Additionally, in Haig’s defense, Great Britain had “limited resources” in 1915, which on the surface appear to support his defense early in the war. Chief among these limited resources was the shortfall of artillery shells.
As noted by historians of the Great War, Haig should not be condemned for failures without mentioning his subsequent successes. There is a ‘learning curve’, or an adaptation that takes place in every war. Again, to hold Haig to a higher standard seems unjust, but understandable given the losses. Haig’s over-aggressive tactic of “decisive breakthrough” from 1915-1917 as opposed to conservative but wiser “short advances backed by massive firepower” led many British soldiers to their deaths. The U.S. Marine Corps’ first contested amphibious assault of the Second World War at Tarawa in 1943 was comparable, in that strategy and preparedness were questioned. The American public and press were similarly shocked at the loss of life at the outset of that Pacific learning curve.
In J.P. Harris’s final summary in Douglas Haig and the First World War, he reconciles Haig’s leadership in context of the entire war, of which this essay’s stance is in agreement with. Harris concludes that Haig was not “one of history’s great generals” and at times during the Great War “not good.” Harris adds:
The Western Front 1914-1918 was a time and place that tended to make nearly all generals look inadequate. Haig was not, of course, responsible for the war, and given that the British government had decided to intervene, it was practically inevitable that hundreds of thousands of British Empire troops would die in France and Flanders before final victory was attained.
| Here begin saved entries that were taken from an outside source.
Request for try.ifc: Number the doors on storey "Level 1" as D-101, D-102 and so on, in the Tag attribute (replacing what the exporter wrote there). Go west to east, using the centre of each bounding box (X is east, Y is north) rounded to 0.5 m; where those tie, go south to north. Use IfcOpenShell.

First a look at what the model holds.

```python
import ifcopenshell
import ifcopenshell.util.element
import ifcopenshell.util.placement

model = ifcopenshell.open("try.ifc")
print(model.schema)
storey = next(s for s in model.by_type("IfcBuildingStorey") if s.Name == "Level 1")
doors = [e for e in ifcopenshell.util.element.get_decomposition(storey) if e.is_a("IfcDoor")]
for e in sorted(doors, key=lambda e: e.id()):
    origin = ifcopenshell.util.placement.get_local_placement(e.ObjectPlacement)[:3, 3]
    print(e.id(), e.Tag, e.Name, origin.round(2) + 0.0, sep=" | ")
```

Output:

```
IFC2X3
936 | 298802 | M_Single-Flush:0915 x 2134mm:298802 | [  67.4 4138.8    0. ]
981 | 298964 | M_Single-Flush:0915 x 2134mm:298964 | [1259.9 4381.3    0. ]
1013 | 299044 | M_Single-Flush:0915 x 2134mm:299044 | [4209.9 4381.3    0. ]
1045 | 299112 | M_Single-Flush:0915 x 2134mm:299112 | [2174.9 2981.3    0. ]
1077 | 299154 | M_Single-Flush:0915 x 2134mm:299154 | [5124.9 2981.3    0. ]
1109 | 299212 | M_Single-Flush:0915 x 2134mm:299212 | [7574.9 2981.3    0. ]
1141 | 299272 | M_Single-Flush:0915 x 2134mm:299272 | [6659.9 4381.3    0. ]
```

```python
import ifcopenshell
import ifcopenshell.geom
import ifcopenshell.util.element
import ifcopenshell.util.shape

model = ifcopenshell.open("try.ifc")
settings = ifcopenshell.geom.settings()
settings.set("use-world-coords", True)


def centre(element):
    shape = ifcopenshell.geom.create_shape(settings, element)
    return ifcopenshell.util.shape.get_bbox_centroid(shape.geometry)


storey = next(s for s in model.by_type("IfcBuildingStorey") if s.Name == "Level 1")
doors = [e for e in ifcopenshell.util.element.get_decomposition(storey) if e.is_a("IfcDoor")]

# Insertion points can sit at a corner or the storey origin, so sort by the geometry (in metres).
centres = {e: centre(e) for e in doors}
doors.sort(key=lambda e: (round(centres[e][0] / 0.5), centres[e][1]))

for i, e in enumerate(doors, start=1):
    number = f"D-1{i:02d}"
    e.Tag = number
    print(e.id(), number)

model.write("try_rev.ifc")
```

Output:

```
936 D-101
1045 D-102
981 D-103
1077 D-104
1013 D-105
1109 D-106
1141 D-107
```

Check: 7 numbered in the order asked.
It is only proper that a new generation of historians see fit to recognize the Great War and its tragedy for what it was, and recognize that the failings of any one leader—in this case Haig—must be evaluated in its global context and entirety.
 J.P. Harris, Douglas Haig and the First World War (Cambridge, England: Cambridge University Press, 2008), 242.
 Ibid, 271.
 Brian Bond and Nigel Cave, eds., Haig: A Re-Appraisal 80 Years On. (South Yorkshire, England: Pen & Sword, 2009), Kindle Edition.
 J.P. Harris, Douglas Haig and the First World War (Cambridge, England: Cambridge University Press, 2008), 537.
 Ibid., 545-546.
 Ibid., 545
Bond, Brian and Nigel Cave, eds. Haig: A Re-Appraisal 80 Years On. South Yorkshire, England: Pen & Sword, 2009.
Harris, J.P. Douglas Haig and the First World War. Cambridge, England: Cambridge University Press, 2008.